* [Records excerpted from a collection]
════════════════
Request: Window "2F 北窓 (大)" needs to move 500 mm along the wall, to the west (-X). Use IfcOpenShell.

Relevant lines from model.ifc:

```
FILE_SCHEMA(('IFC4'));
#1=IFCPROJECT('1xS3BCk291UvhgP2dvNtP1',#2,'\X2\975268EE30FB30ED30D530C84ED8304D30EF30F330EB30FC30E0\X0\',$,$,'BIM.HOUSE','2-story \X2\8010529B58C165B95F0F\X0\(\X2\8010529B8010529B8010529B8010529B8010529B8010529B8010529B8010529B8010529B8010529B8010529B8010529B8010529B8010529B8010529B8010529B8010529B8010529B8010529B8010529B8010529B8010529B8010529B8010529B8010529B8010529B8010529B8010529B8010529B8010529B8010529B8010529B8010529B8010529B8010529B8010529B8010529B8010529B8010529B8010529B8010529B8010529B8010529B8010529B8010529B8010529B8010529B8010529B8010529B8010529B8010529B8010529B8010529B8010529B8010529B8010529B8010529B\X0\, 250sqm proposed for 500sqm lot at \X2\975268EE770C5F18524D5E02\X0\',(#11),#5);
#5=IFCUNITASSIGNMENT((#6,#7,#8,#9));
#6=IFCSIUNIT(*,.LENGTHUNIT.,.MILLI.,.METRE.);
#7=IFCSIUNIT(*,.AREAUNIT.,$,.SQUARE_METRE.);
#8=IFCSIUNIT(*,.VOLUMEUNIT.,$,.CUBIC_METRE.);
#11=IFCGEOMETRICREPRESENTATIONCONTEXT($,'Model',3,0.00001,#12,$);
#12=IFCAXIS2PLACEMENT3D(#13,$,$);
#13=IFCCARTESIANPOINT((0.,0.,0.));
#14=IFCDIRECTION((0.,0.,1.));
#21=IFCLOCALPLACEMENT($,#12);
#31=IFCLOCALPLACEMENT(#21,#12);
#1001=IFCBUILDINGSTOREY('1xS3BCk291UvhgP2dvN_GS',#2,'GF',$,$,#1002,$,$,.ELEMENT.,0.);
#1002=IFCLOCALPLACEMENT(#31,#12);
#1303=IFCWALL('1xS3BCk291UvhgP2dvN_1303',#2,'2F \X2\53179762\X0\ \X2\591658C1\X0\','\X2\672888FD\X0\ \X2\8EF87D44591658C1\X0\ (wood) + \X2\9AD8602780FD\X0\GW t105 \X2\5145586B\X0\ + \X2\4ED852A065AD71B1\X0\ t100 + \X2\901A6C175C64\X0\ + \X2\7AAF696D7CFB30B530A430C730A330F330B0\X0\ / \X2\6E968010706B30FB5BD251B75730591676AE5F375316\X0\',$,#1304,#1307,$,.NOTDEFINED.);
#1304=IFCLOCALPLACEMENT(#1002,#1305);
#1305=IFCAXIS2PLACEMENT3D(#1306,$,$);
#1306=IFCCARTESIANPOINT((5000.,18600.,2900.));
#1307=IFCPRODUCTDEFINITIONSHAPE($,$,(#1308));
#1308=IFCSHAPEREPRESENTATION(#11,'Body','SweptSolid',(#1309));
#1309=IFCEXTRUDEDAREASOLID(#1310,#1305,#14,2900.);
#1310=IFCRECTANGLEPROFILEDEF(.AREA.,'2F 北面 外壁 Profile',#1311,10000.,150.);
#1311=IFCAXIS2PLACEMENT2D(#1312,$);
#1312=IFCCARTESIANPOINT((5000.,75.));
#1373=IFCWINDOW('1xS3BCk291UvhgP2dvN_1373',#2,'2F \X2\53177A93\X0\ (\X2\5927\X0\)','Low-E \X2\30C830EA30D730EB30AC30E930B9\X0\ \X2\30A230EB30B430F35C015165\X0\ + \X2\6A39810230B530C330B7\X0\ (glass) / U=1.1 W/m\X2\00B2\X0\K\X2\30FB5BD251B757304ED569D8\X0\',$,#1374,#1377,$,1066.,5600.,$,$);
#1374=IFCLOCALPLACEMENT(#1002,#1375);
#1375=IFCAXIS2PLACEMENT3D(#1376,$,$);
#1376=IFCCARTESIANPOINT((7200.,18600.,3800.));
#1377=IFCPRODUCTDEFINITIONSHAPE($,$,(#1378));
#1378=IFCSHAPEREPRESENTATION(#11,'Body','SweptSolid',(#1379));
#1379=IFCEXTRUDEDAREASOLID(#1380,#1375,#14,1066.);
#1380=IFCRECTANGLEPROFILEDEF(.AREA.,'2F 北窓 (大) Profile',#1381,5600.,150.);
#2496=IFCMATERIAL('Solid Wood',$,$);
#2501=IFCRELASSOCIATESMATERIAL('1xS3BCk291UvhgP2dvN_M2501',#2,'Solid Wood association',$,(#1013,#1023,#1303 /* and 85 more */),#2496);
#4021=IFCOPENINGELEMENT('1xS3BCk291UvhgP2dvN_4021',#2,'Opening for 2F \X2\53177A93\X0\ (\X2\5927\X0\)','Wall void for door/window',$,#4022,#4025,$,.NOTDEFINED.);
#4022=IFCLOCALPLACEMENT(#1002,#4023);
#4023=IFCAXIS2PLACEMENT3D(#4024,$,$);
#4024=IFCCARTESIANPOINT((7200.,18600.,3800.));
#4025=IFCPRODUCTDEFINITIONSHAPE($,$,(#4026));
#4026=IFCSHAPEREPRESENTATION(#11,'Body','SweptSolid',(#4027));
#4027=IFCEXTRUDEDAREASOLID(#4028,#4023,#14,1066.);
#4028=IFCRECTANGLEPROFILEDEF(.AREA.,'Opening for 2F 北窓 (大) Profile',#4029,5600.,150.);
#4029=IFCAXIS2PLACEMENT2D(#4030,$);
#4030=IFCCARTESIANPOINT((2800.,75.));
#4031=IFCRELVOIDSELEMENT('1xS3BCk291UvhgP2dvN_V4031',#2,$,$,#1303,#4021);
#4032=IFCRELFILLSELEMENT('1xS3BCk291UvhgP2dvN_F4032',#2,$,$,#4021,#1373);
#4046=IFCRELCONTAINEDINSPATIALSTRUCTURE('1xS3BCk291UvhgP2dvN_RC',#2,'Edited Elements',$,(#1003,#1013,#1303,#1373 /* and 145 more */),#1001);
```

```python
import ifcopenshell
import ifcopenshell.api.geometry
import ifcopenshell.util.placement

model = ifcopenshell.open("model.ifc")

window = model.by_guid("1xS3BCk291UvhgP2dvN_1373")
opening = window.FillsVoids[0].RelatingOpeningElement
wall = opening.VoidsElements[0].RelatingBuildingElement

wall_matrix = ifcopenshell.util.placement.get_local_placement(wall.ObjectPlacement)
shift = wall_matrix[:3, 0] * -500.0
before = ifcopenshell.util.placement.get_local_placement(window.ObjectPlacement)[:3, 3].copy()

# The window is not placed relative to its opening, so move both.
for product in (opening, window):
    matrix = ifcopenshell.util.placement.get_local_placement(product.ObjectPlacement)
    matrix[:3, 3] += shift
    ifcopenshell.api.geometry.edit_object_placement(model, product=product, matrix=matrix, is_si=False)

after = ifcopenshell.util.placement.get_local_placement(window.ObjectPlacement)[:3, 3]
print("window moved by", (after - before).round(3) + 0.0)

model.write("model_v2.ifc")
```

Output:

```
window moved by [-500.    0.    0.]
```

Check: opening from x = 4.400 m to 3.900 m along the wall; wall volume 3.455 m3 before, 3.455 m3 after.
════════════════
* [THE TASK]
Filter the entries down to the lines that include the string "more".

* [TASK OUTPUT]
#2501=IFCRELASSOCIATESMATERIAL('1xS3BCk291UvhgP2dvN_M2501',#2,'Solid Wood association',$,(#1013,#1023,#1303 /* and 85 more */),#2496);
#4046=IFCRELCONTAINEDINSPATIALSTRUCTURE('1xS3BCk291UvhgP2dvN_RC',#2,'Edited Elements',$,(#1003,#1013,#1303,#1373 /* and 145 more */),#1001);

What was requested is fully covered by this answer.